__Work required__: Print the first line of the material below and each line after it, exactly as written, ending with the line that contains "#168=IFCINDEXEDPOLYGONALFACE((2,14,16,4));".

[Data Boundary: Start]

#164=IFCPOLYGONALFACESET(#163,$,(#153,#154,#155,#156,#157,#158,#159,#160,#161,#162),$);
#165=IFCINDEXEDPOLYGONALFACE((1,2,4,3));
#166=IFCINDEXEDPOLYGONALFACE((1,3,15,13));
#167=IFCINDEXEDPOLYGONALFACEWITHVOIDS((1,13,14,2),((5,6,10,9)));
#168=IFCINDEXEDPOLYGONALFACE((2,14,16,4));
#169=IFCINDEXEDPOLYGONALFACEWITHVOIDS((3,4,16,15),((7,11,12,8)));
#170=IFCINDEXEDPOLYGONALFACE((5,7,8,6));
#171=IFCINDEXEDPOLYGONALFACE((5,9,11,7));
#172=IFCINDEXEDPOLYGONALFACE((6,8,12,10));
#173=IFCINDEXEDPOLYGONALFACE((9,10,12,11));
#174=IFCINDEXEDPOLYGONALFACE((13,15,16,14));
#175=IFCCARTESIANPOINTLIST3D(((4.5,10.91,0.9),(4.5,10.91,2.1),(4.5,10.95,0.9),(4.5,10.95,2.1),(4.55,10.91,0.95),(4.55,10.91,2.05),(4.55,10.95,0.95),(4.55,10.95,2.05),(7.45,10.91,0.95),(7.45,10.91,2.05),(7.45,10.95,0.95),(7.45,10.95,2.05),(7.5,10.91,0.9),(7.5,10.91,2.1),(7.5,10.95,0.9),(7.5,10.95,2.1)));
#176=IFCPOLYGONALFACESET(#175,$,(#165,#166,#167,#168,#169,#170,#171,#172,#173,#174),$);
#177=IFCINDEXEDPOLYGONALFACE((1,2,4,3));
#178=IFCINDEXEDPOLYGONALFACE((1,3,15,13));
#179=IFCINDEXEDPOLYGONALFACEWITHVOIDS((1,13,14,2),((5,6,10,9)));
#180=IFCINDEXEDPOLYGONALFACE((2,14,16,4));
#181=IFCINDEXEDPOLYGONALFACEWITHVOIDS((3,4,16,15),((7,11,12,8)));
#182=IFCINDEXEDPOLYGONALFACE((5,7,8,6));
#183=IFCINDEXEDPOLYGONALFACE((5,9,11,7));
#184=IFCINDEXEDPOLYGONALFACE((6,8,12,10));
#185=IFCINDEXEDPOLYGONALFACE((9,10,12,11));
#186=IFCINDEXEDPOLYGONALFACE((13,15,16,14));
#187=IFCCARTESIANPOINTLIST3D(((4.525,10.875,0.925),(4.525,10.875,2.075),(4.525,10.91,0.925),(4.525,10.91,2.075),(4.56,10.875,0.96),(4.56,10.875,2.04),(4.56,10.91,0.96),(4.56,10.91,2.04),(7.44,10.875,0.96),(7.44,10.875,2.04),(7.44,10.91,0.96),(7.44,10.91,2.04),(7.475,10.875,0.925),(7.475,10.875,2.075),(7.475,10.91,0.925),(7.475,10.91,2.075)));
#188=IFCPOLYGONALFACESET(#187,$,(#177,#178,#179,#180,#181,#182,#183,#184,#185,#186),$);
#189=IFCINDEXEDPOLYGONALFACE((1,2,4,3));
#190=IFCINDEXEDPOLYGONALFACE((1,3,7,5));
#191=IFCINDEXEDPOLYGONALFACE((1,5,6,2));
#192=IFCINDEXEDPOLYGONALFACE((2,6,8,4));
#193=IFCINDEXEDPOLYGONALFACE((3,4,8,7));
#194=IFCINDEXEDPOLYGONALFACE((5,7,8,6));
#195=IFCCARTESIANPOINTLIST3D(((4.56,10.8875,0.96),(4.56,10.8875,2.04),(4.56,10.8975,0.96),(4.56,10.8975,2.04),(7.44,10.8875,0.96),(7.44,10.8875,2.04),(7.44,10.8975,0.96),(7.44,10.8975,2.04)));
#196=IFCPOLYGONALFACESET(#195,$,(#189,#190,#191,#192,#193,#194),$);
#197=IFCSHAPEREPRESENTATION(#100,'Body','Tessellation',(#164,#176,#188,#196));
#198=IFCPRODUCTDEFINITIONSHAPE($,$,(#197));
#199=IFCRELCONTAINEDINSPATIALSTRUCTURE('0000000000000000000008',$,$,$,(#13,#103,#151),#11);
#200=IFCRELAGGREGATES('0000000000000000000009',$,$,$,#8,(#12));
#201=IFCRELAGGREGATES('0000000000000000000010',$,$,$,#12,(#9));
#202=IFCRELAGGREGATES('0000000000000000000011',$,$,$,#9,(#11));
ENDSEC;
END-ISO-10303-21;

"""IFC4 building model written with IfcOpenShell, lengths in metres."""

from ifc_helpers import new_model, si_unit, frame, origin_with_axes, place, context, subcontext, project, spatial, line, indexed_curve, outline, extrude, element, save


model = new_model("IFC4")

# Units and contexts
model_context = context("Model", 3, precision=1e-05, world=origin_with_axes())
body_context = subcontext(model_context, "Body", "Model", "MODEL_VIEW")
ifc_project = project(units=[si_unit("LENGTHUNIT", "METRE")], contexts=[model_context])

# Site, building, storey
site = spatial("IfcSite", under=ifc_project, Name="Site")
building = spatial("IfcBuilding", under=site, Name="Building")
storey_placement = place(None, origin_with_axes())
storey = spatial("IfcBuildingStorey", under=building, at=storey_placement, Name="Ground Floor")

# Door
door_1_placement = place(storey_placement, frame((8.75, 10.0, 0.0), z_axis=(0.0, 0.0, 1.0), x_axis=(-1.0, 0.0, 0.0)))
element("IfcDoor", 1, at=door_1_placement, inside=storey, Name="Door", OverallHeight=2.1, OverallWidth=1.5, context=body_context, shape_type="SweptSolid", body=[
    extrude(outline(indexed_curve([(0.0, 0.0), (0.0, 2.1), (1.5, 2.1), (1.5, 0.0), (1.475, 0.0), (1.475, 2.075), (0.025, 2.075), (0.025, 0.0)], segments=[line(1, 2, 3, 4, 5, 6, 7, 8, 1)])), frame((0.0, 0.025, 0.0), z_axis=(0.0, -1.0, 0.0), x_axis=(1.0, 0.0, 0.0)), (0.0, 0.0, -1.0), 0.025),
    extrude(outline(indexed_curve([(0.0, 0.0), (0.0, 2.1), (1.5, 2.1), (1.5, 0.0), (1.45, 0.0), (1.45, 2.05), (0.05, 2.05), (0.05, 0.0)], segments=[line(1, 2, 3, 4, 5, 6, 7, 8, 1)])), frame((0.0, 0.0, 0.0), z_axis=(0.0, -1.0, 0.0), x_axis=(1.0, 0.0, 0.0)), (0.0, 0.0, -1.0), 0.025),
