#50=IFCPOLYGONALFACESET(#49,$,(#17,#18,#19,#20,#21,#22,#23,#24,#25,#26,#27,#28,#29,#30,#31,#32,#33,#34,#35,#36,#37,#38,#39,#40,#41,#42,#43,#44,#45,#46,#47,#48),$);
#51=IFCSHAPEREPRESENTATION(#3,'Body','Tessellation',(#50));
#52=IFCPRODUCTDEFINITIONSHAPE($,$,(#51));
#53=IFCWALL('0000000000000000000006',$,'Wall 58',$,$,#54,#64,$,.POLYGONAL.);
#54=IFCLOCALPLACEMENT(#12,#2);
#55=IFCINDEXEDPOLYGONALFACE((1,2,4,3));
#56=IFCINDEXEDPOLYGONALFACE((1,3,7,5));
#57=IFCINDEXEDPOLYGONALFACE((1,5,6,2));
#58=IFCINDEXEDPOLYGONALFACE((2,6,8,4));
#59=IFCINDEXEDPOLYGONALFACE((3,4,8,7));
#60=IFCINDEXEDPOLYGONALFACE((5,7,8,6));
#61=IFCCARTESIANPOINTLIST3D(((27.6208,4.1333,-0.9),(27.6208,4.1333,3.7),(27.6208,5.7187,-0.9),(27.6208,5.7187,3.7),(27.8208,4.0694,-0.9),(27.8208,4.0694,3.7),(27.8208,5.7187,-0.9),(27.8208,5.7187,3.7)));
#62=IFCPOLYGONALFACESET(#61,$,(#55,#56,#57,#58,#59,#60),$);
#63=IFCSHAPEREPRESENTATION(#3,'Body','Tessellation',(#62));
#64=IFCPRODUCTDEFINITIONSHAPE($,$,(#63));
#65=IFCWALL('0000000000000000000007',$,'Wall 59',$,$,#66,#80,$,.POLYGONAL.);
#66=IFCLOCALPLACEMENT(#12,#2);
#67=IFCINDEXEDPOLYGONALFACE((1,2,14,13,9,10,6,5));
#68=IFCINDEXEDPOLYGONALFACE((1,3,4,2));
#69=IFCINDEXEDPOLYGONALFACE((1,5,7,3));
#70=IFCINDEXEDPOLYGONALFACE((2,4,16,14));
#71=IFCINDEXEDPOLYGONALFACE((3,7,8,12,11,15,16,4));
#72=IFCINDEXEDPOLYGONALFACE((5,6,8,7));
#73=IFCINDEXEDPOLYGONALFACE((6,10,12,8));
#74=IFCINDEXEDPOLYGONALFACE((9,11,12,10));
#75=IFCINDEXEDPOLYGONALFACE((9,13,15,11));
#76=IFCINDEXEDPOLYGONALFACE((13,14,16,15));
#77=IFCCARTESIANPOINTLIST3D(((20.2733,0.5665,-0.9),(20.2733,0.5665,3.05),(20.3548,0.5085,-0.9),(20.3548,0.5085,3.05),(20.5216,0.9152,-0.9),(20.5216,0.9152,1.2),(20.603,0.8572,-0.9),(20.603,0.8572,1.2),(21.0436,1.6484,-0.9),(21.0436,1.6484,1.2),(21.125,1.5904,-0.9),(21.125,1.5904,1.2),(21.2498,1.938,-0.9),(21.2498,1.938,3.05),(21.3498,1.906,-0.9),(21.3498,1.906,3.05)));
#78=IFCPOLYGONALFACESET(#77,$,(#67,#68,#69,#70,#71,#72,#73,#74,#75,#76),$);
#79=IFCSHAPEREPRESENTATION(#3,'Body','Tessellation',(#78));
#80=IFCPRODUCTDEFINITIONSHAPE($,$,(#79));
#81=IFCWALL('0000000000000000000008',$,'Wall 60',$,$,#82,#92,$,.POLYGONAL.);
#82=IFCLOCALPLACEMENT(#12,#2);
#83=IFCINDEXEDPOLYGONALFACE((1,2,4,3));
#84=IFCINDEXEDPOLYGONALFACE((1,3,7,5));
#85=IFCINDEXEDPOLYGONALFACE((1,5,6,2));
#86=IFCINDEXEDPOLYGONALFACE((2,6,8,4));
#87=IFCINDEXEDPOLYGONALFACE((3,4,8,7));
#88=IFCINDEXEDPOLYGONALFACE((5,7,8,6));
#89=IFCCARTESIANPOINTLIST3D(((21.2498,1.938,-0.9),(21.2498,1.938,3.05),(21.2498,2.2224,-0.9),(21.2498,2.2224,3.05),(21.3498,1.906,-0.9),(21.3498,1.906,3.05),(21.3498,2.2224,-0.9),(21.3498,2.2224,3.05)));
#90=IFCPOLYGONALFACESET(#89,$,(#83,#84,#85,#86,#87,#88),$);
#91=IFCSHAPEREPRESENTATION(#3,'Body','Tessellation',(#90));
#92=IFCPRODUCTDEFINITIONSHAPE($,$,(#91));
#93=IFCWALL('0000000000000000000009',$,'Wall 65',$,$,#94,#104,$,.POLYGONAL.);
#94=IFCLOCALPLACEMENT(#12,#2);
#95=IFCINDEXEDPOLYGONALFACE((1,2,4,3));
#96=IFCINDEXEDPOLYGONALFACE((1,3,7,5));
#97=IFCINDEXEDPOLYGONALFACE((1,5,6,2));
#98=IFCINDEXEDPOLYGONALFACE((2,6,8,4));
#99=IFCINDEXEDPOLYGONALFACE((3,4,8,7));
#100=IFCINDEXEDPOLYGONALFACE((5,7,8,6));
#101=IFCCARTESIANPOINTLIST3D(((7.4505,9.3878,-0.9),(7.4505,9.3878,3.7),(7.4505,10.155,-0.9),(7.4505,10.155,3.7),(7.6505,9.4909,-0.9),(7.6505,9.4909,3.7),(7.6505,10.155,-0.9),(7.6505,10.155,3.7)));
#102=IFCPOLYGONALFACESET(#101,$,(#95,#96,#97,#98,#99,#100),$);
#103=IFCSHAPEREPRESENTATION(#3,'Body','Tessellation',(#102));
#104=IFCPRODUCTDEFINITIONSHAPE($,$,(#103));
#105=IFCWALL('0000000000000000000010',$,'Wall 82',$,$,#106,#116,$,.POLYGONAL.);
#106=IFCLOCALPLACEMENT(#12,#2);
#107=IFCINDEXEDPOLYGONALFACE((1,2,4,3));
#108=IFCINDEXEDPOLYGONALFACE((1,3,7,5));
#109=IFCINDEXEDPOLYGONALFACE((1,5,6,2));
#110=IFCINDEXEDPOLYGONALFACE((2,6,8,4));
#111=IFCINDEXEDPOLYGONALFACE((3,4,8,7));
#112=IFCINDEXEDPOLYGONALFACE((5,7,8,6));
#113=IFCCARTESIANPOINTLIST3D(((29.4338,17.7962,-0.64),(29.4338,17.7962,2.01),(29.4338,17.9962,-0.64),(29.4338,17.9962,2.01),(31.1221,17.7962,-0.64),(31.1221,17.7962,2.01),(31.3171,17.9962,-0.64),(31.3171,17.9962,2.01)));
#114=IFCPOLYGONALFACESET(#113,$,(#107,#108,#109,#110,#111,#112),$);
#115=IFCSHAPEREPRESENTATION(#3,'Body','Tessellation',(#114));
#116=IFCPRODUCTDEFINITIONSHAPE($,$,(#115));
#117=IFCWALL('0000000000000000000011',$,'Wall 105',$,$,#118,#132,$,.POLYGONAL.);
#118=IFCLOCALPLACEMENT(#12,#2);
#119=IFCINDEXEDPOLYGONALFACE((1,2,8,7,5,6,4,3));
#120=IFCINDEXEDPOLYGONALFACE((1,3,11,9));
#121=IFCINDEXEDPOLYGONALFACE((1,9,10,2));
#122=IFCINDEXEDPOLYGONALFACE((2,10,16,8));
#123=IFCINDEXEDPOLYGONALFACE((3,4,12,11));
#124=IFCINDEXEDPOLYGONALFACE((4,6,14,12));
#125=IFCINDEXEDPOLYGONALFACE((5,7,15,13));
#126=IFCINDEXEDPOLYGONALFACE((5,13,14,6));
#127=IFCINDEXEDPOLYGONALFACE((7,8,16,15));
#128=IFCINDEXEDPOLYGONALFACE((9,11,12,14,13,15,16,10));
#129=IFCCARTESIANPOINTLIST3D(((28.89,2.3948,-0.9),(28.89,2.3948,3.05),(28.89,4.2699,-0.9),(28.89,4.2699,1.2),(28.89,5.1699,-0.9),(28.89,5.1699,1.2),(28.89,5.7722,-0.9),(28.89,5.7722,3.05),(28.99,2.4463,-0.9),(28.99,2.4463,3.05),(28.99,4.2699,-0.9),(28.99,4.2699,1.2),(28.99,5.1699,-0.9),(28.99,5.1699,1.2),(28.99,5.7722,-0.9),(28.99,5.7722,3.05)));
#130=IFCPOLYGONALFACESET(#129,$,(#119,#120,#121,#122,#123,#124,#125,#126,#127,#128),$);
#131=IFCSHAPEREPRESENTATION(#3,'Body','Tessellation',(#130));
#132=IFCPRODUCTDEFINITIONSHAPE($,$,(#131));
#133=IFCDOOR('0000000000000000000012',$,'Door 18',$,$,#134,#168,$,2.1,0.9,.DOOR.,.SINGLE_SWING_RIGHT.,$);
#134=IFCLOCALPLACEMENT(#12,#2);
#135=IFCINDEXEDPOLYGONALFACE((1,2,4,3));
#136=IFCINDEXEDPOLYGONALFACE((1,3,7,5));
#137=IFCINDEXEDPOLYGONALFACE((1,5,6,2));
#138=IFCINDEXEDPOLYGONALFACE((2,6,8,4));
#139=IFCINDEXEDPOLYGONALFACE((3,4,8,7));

[Data Boundary: End]

__Exercise answer__:
#164=IFCPOLYGONALFACESET(#163,$,(#153,#154,#155,#156,#157,#158,#159,#160,#161,#162),$);
#165=IFCINDEXEDPOLYGONALFACE((1,2,4,3));
#166=IFCINDEXEDPOLYGONALFACE((1,3,15,13));
#167=IFCINDEXEDPOLYGONALFACEWITHVOIDS((1,13,14,2),((5,6,10,9)));
#168=IFCINDEXEDPOLYGONALFACE((2,14,16,4));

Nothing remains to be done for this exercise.